Decades of research have shaped a picture of the complex networks regulating ISG transcription. These includes both canonical and non-canonical mechanisms within and outside the IFN–JAK–STAT axis, coordinately defining the cellular defense status against pathogen invasion. We expect that the spectrum of new elements involved in both canonical and non-canonical regulation of ISG transcription will continue to grow, and their mechanism-of-actions will be further clarified (see Outstanding Questions). Because of their importance in clinical implication, this knowledge is highly relevant in guiding the development of new therapies that promote the eradication of severe pathogen infections while avoiding autoimmune diseases and toxic effects to the host.
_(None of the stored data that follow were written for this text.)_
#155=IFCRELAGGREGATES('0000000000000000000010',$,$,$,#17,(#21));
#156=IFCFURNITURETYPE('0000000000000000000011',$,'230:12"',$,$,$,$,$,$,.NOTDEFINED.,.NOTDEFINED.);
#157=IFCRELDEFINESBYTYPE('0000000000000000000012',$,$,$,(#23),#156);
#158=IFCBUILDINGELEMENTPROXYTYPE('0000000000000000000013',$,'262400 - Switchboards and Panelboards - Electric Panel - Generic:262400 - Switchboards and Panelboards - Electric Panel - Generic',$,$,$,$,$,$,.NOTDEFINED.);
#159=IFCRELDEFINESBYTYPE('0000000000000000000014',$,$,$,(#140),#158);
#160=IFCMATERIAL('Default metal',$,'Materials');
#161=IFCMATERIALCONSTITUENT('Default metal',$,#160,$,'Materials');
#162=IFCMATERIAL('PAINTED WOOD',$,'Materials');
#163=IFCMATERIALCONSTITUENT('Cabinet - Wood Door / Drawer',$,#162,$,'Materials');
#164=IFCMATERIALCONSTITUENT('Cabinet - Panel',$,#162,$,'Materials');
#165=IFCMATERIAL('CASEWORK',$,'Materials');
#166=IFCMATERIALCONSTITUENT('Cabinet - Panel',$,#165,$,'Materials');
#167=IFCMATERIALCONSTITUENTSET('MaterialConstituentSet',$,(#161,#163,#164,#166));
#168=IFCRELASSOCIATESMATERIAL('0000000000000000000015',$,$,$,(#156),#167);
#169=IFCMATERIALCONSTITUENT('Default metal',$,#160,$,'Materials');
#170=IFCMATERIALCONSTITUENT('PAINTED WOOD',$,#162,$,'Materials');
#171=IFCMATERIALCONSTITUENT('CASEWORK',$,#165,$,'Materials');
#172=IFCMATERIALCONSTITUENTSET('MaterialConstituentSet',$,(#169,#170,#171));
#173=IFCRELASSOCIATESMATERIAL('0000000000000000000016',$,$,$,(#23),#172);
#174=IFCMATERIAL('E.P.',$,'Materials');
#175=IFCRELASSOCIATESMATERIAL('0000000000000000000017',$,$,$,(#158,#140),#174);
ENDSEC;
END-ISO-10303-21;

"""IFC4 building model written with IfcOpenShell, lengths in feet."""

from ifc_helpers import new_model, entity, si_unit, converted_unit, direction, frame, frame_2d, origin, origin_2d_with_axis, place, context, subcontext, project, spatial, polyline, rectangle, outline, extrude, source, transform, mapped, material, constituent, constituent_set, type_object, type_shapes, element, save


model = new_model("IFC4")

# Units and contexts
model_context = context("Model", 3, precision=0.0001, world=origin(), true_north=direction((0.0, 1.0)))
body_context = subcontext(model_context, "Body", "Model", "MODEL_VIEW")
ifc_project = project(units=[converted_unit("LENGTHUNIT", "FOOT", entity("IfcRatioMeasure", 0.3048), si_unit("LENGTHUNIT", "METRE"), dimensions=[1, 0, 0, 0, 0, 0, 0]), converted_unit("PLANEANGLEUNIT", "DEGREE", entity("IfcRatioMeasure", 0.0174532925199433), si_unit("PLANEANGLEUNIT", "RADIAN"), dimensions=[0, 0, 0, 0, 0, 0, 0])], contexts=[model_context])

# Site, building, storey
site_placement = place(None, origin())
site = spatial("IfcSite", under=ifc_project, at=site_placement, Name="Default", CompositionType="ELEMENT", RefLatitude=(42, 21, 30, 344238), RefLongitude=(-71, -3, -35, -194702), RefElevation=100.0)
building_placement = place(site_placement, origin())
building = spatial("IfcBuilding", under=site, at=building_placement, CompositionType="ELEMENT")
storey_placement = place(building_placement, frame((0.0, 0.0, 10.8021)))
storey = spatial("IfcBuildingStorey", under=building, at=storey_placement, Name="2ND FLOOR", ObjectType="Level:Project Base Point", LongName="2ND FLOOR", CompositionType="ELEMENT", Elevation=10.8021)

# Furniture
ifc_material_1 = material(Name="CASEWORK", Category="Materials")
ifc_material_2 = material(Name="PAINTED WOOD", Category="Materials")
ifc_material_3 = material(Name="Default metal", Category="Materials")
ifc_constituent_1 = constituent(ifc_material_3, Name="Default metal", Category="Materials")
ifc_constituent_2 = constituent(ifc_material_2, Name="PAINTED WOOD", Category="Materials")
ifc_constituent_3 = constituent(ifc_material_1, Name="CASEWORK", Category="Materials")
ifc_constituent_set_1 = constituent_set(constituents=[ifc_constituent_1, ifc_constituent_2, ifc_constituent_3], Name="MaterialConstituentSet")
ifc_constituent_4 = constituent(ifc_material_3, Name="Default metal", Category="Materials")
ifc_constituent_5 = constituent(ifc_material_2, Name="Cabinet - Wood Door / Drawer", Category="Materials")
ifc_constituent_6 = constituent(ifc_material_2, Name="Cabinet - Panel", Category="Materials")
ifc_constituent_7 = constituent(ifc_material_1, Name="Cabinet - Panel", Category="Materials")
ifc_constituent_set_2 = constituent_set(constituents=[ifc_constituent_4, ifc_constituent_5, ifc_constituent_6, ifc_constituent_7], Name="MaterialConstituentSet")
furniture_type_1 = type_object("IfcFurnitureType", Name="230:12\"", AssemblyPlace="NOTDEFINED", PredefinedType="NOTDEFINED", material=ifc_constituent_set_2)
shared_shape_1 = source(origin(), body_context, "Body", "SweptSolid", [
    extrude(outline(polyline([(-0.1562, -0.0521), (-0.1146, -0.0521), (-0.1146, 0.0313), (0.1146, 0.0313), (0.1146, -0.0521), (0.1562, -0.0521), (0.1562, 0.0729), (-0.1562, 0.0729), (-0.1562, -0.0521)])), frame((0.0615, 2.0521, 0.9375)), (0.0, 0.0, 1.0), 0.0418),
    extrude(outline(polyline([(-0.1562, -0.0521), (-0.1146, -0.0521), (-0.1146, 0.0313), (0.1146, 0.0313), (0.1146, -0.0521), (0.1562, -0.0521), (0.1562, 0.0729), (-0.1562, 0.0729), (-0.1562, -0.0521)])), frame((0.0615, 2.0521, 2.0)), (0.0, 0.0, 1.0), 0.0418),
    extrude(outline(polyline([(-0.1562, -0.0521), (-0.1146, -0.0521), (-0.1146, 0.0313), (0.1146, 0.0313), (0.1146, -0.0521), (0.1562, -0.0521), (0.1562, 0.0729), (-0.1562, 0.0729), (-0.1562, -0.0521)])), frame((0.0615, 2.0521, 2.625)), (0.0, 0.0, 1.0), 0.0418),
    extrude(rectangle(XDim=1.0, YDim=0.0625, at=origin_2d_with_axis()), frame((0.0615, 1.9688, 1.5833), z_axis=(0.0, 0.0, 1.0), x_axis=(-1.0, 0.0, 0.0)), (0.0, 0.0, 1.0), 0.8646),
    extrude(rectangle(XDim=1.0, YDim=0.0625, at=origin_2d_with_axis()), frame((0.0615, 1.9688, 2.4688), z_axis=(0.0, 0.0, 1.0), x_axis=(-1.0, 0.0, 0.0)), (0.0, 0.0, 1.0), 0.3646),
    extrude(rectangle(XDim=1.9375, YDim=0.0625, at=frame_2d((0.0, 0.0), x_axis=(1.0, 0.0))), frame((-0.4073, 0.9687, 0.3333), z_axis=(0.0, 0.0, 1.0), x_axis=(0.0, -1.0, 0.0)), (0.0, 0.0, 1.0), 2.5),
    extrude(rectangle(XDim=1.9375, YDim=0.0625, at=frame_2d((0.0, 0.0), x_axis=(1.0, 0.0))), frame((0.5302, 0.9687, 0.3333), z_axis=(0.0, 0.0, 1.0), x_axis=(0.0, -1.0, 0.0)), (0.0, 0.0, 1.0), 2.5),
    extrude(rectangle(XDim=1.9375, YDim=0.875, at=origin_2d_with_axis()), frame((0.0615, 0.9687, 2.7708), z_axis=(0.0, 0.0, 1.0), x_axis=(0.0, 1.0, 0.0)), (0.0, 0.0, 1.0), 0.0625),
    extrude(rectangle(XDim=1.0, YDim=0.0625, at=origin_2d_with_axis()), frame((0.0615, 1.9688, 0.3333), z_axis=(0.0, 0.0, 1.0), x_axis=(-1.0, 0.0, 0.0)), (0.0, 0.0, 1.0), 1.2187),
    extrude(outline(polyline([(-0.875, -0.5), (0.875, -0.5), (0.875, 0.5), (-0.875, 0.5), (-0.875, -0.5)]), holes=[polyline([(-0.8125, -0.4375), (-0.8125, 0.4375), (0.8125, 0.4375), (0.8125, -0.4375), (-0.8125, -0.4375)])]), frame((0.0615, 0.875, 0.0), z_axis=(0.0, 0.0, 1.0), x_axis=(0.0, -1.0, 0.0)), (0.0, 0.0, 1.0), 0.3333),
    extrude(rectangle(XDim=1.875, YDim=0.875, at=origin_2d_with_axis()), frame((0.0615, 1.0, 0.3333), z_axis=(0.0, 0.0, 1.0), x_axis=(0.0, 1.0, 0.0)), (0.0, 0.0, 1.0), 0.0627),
Although signaling through the same receptor, there are many type I IFNs in the genome. How do cells dynamically control the production of particular members of these type I IFNs?

Upon IFN-λ binding, what types of modification (e.g., phosphorylation, acetylation) take place to IFNλRs to allow them to trigger ISG transcription?

Generally, HAT activity transforms chromatin into a more relaxed structure, while HDAC activity organizes chromatin into higher-order nucleosomes. Counterintuitively, HDAC activity has been reported to be required for ISG transcription, but what is the underlying mechanism?

How exactly do nucleotide synthesis pathways mediate ISG transcription?

Will ISG-based antiviral strategy circumvent the issue of side effects caused by IFN treatment while retaining therapeutic potency in patients?